U’khand eyes dam in seismic area
It appears that no lessons have been learnt from the Uttarakhand tragedy as the Uttarakhand government has been pushing full steam ahead with the Lakhwar dam project on the Yamuna river.
This 204-metre-high dam with a storage capacity of 580 cubic metres will submerge 1,385 hectares, including 868 hectares of forest land and 50 villages. The consolidated project will involve a 300 MW underground power-house and another 86-metre-high Vyasi dam with 2.7-km-long tunnel and a 120-MW underground power-house and barrage at Katapathar.
A clearance for this dam was granted in the 80s to the UP irrigation department. But in 2003, the clearance was transferred to NHPC who in turn re-transferred it to the Uttarakhand Jal Vidyut Nigam Ltd (UJVNL).

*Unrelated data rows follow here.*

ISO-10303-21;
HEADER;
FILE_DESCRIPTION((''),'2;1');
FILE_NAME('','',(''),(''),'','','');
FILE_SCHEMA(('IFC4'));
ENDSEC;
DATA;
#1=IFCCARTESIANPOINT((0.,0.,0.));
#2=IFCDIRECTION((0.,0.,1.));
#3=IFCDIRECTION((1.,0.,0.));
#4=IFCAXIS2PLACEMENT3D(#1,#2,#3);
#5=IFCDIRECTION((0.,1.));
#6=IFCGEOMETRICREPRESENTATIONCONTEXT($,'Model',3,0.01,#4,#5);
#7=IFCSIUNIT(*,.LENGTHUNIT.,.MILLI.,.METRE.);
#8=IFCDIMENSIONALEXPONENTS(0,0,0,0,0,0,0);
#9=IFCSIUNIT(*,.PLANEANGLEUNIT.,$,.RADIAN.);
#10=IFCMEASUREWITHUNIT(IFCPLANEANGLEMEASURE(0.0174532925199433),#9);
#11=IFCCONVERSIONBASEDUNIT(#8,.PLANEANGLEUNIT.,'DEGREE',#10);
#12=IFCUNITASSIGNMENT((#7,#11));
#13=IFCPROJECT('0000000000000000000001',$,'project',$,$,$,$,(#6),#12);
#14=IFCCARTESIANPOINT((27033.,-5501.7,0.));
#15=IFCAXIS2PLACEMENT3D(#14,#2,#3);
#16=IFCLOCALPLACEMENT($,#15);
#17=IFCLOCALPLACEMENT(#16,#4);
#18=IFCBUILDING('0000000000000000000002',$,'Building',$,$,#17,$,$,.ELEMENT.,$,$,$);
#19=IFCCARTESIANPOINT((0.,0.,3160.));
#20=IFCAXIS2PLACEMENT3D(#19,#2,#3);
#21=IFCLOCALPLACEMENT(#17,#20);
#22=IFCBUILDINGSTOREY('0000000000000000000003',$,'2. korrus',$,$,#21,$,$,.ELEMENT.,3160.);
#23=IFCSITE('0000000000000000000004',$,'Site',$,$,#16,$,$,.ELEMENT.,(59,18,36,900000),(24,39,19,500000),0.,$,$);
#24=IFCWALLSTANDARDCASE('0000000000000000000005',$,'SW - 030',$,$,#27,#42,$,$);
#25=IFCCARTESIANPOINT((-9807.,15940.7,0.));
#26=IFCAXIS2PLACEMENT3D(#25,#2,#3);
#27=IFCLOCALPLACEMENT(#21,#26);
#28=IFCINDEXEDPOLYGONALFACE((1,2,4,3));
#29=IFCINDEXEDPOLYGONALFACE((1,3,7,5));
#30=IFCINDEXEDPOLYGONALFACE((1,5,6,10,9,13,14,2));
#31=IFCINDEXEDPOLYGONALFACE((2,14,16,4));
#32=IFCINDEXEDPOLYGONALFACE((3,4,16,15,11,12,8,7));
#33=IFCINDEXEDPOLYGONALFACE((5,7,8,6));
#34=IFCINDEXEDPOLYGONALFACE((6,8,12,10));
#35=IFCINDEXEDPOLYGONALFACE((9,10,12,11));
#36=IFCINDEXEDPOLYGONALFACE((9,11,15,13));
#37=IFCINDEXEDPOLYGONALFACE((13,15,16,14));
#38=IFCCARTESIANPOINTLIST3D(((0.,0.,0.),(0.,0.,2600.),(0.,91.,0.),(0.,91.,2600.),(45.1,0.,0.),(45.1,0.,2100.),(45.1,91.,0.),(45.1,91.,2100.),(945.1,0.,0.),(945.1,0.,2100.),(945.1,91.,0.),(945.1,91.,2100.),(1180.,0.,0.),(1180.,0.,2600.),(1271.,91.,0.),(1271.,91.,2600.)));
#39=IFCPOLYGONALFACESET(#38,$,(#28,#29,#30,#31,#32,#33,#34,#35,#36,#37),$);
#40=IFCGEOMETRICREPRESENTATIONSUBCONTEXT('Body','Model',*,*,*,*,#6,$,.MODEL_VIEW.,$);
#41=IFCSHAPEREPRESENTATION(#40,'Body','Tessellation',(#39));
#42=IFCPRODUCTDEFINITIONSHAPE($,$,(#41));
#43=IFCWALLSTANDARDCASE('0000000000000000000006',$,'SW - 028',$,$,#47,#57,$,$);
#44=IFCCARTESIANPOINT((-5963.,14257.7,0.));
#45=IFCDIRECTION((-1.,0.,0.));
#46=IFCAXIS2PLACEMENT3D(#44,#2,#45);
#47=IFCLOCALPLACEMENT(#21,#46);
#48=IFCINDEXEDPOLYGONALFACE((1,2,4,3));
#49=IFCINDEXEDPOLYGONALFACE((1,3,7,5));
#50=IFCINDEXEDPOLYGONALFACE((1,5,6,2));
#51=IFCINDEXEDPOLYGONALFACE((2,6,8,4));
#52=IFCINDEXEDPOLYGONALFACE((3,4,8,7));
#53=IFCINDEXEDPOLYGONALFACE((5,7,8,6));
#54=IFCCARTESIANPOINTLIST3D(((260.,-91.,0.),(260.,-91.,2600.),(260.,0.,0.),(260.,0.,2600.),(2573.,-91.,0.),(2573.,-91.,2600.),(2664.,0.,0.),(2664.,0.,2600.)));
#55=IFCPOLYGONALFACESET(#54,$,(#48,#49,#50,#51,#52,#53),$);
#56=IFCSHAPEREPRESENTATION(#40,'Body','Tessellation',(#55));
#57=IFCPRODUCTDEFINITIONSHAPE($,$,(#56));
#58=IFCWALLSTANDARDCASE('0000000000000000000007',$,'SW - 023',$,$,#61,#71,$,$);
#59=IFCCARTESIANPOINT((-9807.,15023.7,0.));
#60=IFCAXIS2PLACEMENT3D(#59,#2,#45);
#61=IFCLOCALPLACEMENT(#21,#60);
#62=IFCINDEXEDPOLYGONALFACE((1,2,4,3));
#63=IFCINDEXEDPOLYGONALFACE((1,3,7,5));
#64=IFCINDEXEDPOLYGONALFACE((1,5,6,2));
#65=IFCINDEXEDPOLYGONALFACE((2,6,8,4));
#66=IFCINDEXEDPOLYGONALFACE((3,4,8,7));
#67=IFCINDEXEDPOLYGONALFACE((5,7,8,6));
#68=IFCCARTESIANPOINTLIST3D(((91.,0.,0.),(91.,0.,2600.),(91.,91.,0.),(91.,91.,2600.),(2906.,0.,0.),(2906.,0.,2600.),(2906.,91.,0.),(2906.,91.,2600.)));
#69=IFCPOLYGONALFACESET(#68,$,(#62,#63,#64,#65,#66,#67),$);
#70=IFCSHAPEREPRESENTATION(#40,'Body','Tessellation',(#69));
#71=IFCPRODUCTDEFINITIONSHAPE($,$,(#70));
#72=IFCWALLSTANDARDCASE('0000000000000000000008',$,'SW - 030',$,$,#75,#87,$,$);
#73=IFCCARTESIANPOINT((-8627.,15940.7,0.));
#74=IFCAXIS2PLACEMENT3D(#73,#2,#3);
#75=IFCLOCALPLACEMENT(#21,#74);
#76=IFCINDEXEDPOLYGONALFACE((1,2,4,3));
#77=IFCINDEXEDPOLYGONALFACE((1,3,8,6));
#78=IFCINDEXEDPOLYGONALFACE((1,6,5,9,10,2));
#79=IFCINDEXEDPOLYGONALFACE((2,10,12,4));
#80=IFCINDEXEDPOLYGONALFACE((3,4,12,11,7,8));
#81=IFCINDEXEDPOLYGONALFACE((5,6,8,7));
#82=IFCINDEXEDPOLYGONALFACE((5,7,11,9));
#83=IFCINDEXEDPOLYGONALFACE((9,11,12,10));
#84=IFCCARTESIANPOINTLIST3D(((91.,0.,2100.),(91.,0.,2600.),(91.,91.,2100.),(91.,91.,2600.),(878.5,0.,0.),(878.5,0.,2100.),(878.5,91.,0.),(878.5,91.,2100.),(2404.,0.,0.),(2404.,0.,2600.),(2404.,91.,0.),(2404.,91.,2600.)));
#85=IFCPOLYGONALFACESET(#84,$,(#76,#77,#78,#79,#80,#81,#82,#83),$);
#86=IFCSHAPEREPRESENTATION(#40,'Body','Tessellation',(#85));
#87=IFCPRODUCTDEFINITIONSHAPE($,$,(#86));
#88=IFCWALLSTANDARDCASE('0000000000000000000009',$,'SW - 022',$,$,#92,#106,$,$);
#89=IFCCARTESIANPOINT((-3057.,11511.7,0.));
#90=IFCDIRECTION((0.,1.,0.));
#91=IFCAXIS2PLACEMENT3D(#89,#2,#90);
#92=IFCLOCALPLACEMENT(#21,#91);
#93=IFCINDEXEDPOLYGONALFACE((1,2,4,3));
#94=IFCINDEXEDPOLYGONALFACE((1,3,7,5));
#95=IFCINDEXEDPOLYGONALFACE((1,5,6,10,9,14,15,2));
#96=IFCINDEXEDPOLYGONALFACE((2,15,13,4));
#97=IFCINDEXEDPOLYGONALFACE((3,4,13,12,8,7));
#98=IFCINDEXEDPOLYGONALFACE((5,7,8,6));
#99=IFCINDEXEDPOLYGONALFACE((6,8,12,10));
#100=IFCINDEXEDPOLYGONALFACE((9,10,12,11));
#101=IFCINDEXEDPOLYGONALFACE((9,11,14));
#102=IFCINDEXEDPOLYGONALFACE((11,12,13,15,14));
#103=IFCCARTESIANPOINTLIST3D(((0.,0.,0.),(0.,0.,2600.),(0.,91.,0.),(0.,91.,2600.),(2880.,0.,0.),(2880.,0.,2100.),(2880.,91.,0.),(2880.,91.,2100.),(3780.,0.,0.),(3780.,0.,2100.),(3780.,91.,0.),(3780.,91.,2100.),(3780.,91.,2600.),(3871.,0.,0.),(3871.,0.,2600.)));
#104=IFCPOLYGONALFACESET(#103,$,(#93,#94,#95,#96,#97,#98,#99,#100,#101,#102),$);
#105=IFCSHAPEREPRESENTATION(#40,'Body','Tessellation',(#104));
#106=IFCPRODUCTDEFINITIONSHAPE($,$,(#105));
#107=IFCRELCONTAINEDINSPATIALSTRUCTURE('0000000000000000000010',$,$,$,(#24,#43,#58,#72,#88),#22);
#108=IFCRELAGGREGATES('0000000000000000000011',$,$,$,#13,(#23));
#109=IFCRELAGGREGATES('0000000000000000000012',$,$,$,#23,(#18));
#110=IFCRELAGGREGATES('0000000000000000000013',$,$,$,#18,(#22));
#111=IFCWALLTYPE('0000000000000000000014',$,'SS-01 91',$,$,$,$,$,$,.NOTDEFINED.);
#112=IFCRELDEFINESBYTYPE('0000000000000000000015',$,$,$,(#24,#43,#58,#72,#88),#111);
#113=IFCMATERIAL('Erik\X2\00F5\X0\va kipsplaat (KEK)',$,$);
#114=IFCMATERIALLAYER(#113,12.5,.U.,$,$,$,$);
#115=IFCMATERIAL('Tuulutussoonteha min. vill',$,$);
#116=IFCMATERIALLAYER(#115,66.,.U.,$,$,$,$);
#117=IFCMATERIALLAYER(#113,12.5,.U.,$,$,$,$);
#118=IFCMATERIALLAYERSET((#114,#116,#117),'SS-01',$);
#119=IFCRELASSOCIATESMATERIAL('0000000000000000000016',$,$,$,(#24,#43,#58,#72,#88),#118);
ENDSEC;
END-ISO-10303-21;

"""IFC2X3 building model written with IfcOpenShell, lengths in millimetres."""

from ifc_helpers import new_model, entity, si_unit, converted_unit, direction, frame, origin_with_axes, origin_2d_with_axis, place, context, subcontext, project, spatial, polyline, rectangle, outline, extrude, material, layer, layer_set, layer_usage, type_object, element, save


model = new_model("IFC2X3")

# Units and contexts
model_context = context("Model", 3, precision=0.01, world=origin_with_axes(), true_north=direction((0.0, 1.0)))
body_context = subcontext(model_context, "Body", "Model", "MODEL_VIEW")
ifc_project = project(units=[si_unit("LENGTHUNIT", "METRE", prefix="MILLI"), converted_unit("PLANEANGLEUNIT", "DEGREE", entity("IfcPlaneAngleMeasure", 0.0174532925199433), si_unit("PLANEANGLEUNIT", "RADIAN"), dimensions=[0, 0, 0, 0, 0, 0, 0])], contexts=[model_context])

# Site, building, storey
site_placement = place(None, frame((27033.0, -5501.7, 0.0), z_axis=(0.0, 0.0, 1.0), x_axis=(1.0, 0.0, 0.0)))
site = spatial("IfcSite", under=ifc_project, at=site_placement, Name="Site", CompositionType="ELEMENT", RefLatitude=(59, 18, 36, 900000), RefLongitude=(24, 39, 19, 500000), RefElevation=0.0)
building_placement = place(site_placement, origin_with_axes())
building = spatial("IfcBuilding", under=site, at=building_placement, Name="Building", CompositionType="ELEMENT")
storey_placement = place(building_placement, frame((0.0, 0.0, 3160.0), z_axis=(0.0, 0.0, 1.0), x_axis=(1.0, 0.0, 0.0)))
storey = spatial("IfcBuildingStorey", under=building, at=storey_placement, Name="2. korrus", CompositionType="ELEMENT", Elevation=3160.0)

# Shared definitions
ifc_material_1 = material(Name="Erikõva kipsplaat (KEK)")
ifc_layer_1 = layer(ifc_material_1, 12.5, ventilated="UNKNOWN")
ifc_material_2 = material(Name="Tuulutussoonteha min. vill")
ifc_layer_2 = layer(ifc_material_2, 66.0, ventilated="UNKNOWN")
ifc_layer_3 = layer(ifc_material_1, 12.5, ventilated="UNKNOWN")
ifc_layer_set_1 = layer_set([ifc_layer_1, ifc_layer_2, ifc_layer_3], Name="SS-01")
wall_type_1 = type_object("IfcWallType", Name="SS-01 91", PredefinedType="NOTDEFINED")

# Wall, opening
ifc_layer_usage_1 = layer_usage(ifc_layer_set_1, "AXIS2", "NEGATIVE", 91.0)
wall_1_placement = place(storey_placement, frame((-9807.0, 15940.7, 0.0), z_axis=(0.0, 0.0, 1.0), x_axis=(1.0, 0.0, 0.0)))
wall_1 = element("IfcWallStandardCase", 1, at=wall_1_placement, inside=storey, type_object=wall_type_1, material=ifc_layer_usage_1, Name="SW - 030", context=body_context, shape_type="SweptSolid", body=[
    extrude(outline(polyline([(0.0, 0.0), (1180.0, 0.0), (1271.0, 91.0), (0.0, 91.0), (0.0, 0.0)])), origin_with_axes(), (0.0, 0.0, 1.0), 2600.0),
])
opening_1_placement = place(wall_1_placement, frame((495.1, 0.0, 0.0), z_axis=(0.0, 0.0, 1.0), x_axis=(1.0, 0.0, 0.0)))
element("IfcOpeningElement", 2, at=opening_1_placement, cuts=wall_1, context=body_context, shape_type="SweptSolid", body=[
    extrude(rectangle(XDim=900.0, YDim=2100.0, at=origin_2d_with_axis()), frame((0.0, -91.0, 1050.0), z_axis=(0.0, -1.0, 0.0), x_axis=(-1.0, 0.0, 0.0)), (0.0, 0.0, -1.0), 273.0),
    extrude(rectangle(XDim=974.0, YDim=2137.0, at=origin_2d_with_axis()), frame((0.0, 91.0, 1068.5), z_axis=(0.0, 1.0, 0.0), x_axis=(-1.0, 0.0, 0.0)), (0.0, 0.0, 1.0), 91.0),
])

# Wall
ifc_layer_usage_2 = layer_usage(ifc_layer_set_1, "AXIS2", "POSITIVE", -91.0)
wall_2_placement = place(storey_placement, frame((-5963.0, 14257.7, 0.0), z_axis=(0.0, 0.0, 1.0), x_axis=(-1.0, 0.0, 0.0)))
element("IfcWallStandardCase", 3, at=wall_2_placement, inside=storey, type_object=wall_type_1, material=ifc_layer_usage_2, Name="SW - 028", context=body_context, shape_type="SweptSolid", body=[
    extrude(outline(polyline([(260.0, -91.0), (2573.0, -91.0), (2664.0, 0.0), (260.0, 0.0), (260.0, -91.0)])), origin_with_axes(), (0.0, 0.0, 1.0), 2600.0),
])

# Wall
ifc_layer_usage_3 = layer_usage(ifc_layer_set_1, "AXIS2", "NEGATIVE", 91.0)
wall_3_placement = place(storey_placement, frame((-9807.0, 15023.7, 0.0), z_axis=(0.0, 0.0, 1.0), x_axis=(-1.0, 0.0, 0.0)))
element("IfcWallStandardCase", 4, at=wall_3_placement, inside=storey, type_object=wall_type_1, material=ifc_layer_usage_3, Name="SW - 023", context=body_context, shape_type="SweptSolid", body=[
    extrude(outline(polyline([(91.0, 0.0), (2906.0, 0.0), (2906.0, 91.0), (91.0, 91.0), (91.0, 0.0)])), origin_with_axes(), (0.0, 0.0, 1.0), 2600.0),
])

# Walls, openings
ifc_layer_usage_4 = layer_usage(ifc_layer_set_1, "AXIS2", "NEGATIVE", 91.0)
wall_4_placement = place(storey_placement, frame((-8627.0, 15940.7, 0.0), z_axis=(0.0, 0.0, 1.0), x_axis=(1.0, 0.0, 0.0)))
wall_4 = element("IfcWallStandardCase", 5, at=wall_4_placement, inside=storey, type_object=wall_type_1, material=ifc_layer_usage_4, Name="SW - 030", context=body_context, shape_type="SweptSolid", body=[
    extrude(outline(polyline([(91.0, 0.0), (2404.0, 0.0), (2404.0, 91.0), (91.0, 91.0), (91.0, 0.0)])), origin_with_axes(), (0.0, 0.0, 1.0), 2600.0),
])
opening_2_placement = place(wall_4_placement, frame((478.5, 0.0, 0.0), z_axis=(0.0, 0.0, 1.0), x_axis=(1.0, 0.0, 0.0)))
element("IfcOpeningElement", 6, at=opening_2_placement, cuts=wall_4, context=body_context, shape_type="SweptSolid", body=[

“But clearances are not transferable. How, then, is the ministry of environment permitting such transfers to take place?” questions Himanshu Thakkar heading the South Asia Network on Dams, Rivers and People.
Sixty experts have written an open letter to the MoEF questioning how such a project can be given the green light without having received either environment or forest clearances.
There has not been any cumulative impact assessment on the various existing, under construction and planned dams and hydro-projects in the Yamuna basin. To therefore allow yet another project to come up on a river which is extremely polluted and lacks surface flow will make it unsustainable, these experts warn. They also question construction in a seismically active area prone to flash floods, erosion and landslide.
Worse, the spillway capacity of the project has been underestimated which can cause unprecedented flooding downstream, including in Delhi.
The 43rd meeting of the Environmental Action Committee in 2010 had raised major questions regarding the construction of the Katapathar barrage downstream from the Vyasi Power House at Hartiari, especially since just 10 km downstream from this barrage there is already an existing barrage at Dak Pathar. Why then is another barrage required, the EAC had asked.